__REQUIRED ACTION__. Report every line below that has the string "IFCSIUNIT" in it.

__INFORMATION__.
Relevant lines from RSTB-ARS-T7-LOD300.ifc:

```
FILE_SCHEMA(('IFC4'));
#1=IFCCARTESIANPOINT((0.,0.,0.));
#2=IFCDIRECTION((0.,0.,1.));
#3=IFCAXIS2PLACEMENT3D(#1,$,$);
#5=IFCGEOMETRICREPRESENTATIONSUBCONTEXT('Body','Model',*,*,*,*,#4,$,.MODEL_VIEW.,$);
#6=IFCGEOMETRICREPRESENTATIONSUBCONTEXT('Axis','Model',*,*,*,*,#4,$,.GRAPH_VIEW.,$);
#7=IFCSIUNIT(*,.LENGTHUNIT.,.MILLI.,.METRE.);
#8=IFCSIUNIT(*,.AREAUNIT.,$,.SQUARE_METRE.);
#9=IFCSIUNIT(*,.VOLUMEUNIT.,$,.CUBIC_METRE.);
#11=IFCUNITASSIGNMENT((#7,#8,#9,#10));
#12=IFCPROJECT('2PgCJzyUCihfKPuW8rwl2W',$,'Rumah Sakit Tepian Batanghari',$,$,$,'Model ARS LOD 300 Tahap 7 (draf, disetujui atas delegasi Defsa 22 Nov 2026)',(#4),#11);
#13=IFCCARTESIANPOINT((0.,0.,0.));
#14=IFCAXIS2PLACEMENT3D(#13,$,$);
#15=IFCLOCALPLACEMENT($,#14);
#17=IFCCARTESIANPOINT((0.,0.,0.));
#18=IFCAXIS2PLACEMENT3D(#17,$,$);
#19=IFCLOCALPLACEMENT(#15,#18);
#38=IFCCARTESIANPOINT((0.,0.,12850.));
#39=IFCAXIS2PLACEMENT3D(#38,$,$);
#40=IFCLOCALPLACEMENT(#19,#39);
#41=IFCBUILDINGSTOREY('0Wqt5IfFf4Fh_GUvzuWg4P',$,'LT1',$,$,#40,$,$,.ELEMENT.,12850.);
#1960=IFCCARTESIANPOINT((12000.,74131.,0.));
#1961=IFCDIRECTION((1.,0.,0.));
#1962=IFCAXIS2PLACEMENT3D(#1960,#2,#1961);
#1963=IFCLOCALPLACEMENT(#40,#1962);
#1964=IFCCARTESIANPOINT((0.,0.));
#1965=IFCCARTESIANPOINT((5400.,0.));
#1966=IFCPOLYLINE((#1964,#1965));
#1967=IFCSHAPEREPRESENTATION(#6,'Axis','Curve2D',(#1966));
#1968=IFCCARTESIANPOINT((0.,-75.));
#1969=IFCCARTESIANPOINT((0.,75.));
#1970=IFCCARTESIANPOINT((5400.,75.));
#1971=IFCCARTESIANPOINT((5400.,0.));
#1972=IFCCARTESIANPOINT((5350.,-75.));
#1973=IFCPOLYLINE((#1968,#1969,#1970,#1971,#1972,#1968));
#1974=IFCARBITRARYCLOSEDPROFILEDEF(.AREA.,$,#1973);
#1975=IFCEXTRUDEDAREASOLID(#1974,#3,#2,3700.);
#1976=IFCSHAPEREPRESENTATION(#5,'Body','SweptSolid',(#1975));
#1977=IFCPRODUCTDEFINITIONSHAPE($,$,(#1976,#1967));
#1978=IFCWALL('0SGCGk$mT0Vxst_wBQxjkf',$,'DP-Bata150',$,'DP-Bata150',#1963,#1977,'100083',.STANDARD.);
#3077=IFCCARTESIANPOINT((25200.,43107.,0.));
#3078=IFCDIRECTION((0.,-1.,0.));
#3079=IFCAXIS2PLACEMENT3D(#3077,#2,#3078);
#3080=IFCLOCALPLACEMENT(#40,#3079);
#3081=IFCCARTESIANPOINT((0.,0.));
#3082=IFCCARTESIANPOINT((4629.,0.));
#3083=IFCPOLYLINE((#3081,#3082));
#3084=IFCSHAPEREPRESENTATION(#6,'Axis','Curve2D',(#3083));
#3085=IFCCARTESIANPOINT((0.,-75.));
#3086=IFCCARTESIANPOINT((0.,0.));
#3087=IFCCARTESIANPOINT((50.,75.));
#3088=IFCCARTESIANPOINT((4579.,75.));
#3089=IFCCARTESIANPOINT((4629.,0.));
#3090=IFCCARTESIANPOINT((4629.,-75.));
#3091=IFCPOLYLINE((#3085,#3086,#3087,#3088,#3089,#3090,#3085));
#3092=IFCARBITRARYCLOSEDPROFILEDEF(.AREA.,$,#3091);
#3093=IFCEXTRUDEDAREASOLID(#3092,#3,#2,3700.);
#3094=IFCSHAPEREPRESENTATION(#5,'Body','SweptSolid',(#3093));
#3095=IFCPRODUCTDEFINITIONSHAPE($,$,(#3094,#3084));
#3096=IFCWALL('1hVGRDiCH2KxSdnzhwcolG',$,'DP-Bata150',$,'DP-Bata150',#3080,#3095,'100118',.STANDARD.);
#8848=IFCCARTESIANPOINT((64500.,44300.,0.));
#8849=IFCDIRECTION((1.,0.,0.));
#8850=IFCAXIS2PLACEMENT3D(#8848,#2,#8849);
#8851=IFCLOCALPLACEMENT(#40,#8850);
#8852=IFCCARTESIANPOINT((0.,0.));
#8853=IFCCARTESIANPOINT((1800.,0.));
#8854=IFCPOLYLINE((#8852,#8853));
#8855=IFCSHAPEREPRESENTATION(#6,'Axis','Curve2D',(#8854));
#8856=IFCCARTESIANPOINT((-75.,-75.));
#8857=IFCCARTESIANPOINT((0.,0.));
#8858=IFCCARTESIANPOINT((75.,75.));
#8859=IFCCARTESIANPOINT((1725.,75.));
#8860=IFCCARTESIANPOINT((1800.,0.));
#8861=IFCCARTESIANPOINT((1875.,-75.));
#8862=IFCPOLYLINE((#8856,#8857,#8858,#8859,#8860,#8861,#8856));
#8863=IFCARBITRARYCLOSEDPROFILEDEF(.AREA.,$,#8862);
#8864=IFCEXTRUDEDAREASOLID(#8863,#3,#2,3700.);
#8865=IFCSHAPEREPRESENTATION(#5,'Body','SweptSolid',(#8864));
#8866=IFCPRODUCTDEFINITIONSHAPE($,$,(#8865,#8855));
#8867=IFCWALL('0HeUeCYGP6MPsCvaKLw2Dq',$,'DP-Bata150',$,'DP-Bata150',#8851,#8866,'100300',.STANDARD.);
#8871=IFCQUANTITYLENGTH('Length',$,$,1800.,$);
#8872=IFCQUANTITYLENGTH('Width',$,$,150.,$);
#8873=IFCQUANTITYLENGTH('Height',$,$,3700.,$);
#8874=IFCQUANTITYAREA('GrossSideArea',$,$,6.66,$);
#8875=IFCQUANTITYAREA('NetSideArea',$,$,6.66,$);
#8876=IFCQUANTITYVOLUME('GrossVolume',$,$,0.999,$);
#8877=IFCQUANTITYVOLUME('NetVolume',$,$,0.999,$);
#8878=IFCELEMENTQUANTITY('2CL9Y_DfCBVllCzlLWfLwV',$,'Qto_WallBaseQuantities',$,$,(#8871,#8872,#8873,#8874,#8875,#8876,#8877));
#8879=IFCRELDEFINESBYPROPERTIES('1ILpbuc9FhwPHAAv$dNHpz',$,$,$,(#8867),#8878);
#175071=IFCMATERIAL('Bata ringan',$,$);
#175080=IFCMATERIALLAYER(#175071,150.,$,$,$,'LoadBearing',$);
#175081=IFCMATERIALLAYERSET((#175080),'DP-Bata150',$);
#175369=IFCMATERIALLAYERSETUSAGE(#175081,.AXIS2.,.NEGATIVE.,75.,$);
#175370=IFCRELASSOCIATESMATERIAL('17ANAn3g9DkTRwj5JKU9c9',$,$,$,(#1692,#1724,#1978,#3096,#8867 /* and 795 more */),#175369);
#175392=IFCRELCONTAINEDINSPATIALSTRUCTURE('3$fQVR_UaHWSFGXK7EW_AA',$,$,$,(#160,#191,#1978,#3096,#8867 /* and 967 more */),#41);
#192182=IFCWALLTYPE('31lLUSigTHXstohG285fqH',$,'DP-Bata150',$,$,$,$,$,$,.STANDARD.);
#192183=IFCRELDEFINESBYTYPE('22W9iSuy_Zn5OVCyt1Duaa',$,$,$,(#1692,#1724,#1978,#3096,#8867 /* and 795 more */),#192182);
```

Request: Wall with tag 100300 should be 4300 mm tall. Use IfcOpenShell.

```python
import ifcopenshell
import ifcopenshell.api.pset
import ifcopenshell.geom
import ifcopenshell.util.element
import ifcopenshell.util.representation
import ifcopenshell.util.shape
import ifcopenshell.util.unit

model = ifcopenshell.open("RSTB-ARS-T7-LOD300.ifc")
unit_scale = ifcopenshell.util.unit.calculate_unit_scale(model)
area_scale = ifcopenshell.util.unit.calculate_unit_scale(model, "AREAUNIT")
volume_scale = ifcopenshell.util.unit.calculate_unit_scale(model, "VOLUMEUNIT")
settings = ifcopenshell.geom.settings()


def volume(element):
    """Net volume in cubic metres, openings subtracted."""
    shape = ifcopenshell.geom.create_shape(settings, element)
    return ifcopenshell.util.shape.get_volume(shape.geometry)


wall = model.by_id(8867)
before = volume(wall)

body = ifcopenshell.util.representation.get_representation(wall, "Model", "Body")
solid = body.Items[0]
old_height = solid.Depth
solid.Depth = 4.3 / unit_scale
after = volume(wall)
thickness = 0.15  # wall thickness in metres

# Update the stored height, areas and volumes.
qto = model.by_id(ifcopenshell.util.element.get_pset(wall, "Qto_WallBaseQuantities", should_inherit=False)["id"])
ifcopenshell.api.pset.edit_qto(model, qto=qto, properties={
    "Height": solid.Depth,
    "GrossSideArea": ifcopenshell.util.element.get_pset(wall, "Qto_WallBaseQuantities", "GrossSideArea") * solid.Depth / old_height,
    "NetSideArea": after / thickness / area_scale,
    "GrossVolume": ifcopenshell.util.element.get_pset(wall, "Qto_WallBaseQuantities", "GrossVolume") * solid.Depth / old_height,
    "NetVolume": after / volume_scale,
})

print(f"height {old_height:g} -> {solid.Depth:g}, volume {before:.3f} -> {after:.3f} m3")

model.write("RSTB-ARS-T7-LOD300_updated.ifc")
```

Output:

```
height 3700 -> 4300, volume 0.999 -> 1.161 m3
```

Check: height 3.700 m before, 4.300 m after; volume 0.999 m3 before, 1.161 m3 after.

__RESPONSE TO THIS EXERCISE__.
#7=IFCSIUNIT(*,.LENGTHUNIT.,.MILLI.,.METRE.);
#8=IFCSIUNIT(*,.AREAUNIT.,$,.SQUARE_METRE.);
#9=IFCSIUNIT(*,.VOLUMEUNIT.,$,.CUBIC_METRE.);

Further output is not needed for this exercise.